* Given data:
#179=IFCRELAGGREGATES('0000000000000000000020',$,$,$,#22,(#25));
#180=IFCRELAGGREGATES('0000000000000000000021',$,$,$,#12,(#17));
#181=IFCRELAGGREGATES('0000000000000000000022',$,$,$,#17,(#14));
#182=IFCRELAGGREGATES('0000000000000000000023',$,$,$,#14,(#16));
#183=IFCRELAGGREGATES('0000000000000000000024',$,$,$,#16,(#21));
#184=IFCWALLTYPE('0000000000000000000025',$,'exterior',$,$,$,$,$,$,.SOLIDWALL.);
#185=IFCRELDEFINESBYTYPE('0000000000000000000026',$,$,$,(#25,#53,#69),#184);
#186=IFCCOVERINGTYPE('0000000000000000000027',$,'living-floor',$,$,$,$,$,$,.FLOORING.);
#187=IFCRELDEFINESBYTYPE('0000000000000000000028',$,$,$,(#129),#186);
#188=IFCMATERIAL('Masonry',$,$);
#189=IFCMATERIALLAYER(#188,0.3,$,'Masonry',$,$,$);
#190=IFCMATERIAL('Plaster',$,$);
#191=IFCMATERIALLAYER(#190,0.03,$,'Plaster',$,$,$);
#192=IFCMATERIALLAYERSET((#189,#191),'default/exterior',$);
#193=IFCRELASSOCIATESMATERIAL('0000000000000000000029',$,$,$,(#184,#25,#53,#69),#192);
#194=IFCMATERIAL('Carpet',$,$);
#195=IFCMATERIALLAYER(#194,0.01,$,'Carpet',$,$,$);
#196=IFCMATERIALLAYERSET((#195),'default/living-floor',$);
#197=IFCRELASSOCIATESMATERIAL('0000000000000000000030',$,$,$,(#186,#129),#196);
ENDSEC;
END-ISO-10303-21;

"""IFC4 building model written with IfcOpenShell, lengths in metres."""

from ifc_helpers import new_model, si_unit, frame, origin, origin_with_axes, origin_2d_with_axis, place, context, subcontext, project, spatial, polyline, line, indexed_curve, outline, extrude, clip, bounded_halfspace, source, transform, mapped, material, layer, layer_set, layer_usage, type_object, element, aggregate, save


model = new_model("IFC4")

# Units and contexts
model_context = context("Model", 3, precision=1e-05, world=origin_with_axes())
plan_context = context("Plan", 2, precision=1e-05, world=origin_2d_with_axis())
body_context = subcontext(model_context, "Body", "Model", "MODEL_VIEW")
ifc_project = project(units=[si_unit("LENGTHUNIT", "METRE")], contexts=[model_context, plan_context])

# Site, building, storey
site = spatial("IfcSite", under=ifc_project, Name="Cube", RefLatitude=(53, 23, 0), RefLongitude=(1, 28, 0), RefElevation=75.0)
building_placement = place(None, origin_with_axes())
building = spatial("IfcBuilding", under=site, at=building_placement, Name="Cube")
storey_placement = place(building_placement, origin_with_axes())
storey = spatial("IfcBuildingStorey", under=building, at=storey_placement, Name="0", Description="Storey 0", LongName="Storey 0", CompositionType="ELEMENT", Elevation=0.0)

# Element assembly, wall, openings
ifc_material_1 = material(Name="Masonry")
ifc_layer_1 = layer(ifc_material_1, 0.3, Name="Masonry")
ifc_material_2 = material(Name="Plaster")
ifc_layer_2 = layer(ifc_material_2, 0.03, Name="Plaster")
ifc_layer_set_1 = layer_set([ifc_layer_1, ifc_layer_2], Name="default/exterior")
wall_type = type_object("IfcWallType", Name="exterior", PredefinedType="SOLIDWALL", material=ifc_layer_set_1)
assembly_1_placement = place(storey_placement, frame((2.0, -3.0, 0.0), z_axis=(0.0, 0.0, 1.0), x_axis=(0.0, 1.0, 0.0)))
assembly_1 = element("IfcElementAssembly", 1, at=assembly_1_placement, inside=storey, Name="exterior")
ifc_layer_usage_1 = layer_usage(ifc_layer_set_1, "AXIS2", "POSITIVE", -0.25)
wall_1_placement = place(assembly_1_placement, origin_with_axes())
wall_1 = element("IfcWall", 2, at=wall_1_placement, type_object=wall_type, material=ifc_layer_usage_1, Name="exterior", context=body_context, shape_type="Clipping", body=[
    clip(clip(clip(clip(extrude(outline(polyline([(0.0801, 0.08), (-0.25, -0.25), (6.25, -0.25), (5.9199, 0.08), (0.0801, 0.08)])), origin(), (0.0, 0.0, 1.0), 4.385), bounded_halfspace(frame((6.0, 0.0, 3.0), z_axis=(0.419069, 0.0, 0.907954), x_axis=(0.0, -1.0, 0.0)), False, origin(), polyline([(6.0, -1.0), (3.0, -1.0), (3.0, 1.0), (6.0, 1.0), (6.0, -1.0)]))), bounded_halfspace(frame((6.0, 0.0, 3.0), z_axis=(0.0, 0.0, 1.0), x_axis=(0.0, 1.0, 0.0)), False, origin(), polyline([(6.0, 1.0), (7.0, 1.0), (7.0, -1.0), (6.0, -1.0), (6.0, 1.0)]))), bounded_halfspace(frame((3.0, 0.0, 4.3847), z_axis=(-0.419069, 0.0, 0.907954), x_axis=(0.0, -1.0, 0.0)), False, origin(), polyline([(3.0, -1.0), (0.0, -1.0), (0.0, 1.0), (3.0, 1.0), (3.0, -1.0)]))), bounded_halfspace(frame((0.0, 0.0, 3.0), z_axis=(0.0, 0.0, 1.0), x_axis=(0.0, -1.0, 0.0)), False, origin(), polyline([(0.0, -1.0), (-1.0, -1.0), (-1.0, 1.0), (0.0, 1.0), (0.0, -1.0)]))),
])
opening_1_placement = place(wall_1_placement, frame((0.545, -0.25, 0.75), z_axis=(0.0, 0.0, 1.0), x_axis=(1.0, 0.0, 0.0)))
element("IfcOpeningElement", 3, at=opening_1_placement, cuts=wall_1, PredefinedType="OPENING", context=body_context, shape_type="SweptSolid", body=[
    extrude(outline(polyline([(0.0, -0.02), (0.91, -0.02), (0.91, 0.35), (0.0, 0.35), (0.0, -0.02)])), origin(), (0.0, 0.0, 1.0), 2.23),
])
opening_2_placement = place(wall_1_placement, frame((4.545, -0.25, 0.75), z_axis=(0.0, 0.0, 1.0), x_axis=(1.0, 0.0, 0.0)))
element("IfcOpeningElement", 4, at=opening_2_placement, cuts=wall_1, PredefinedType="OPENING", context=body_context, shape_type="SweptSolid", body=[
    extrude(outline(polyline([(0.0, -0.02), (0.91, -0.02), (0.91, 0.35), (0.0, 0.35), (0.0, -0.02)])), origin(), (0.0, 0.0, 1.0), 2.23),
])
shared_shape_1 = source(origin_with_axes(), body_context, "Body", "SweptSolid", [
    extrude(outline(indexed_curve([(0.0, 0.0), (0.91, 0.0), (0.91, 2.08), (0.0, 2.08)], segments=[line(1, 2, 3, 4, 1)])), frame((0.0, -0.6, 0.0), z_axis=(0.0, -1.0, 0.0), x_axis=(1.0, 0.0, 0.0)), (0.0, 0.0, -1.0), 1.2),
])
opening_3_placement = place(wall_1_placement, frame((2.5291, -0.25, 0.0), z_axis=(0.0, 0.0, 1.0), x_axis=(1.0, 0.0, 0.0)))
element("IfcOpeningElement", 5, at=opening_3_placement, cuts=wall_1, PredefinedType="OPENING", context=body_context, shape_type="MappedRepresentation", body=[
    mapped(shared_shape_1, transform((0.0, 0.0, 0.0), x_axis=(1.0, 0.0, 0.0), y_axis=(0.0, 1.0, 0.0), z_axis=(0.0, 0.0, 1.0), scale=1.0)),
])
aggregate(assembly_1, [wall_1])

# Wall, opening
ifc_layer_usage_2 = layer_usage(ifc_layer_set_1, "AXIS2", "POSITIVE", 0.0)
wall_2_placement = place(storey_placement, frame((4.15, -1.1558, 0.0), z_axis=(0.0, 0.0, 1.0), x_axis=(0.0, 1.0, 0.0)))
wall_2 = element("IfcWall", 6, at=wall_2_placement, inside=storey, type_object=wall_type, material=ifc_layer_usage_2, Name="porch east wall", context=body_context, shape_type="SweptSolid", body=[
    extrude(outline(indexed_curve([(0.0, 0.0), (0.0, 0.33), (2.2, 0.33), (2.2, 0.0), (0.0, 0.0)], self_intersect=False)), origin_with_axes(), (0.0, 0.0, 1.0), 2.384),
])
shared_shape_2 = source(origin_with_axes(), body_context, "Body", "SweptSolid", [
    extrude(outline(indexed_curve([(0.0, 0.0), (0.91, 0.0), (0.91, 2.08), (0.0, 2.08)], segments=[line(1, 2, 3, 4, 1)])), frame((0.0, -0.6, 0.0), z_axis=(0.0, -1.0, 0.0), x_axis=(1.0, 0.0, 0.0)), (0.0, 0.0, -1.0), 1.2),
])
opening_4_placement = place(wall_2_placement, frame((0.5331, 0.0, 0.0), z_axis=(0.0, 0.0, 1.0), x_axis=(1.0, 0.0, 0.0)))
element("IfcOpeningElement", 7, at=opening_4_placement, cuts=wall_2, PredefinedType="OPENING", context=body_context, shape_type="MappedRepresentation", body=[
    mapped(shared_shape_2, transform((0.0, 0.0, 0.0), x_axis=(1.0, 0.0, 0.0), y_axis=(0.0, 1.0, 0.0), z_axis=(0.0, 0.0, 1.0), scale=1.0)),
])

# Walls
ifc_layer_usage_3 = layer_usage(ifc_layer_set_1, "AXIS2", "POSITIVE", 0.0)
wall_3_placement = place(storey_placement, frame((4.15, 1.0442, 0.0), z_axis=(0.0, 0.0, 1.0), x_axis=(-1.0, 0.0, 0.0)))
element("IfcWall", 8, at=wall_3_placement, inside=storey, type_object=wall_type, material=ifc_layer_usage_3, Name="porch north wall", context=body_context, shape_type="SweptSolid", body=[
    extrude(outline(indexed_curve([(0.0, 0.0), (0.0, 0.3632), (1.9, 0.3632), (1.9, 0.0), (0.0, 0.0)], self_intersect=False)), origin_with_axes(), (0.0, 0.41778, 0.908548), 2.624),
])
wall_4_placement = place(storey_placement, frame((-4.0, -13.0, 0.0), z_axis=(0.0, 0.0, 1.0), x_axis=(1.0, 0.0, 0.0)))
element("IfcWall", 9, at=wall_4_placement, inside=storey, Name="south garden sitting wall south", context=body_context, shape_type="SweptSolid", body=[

* What is being asked: Give the number of lines in the material above that include the string "PredefinedType", with no further text.

* Exercise output: 5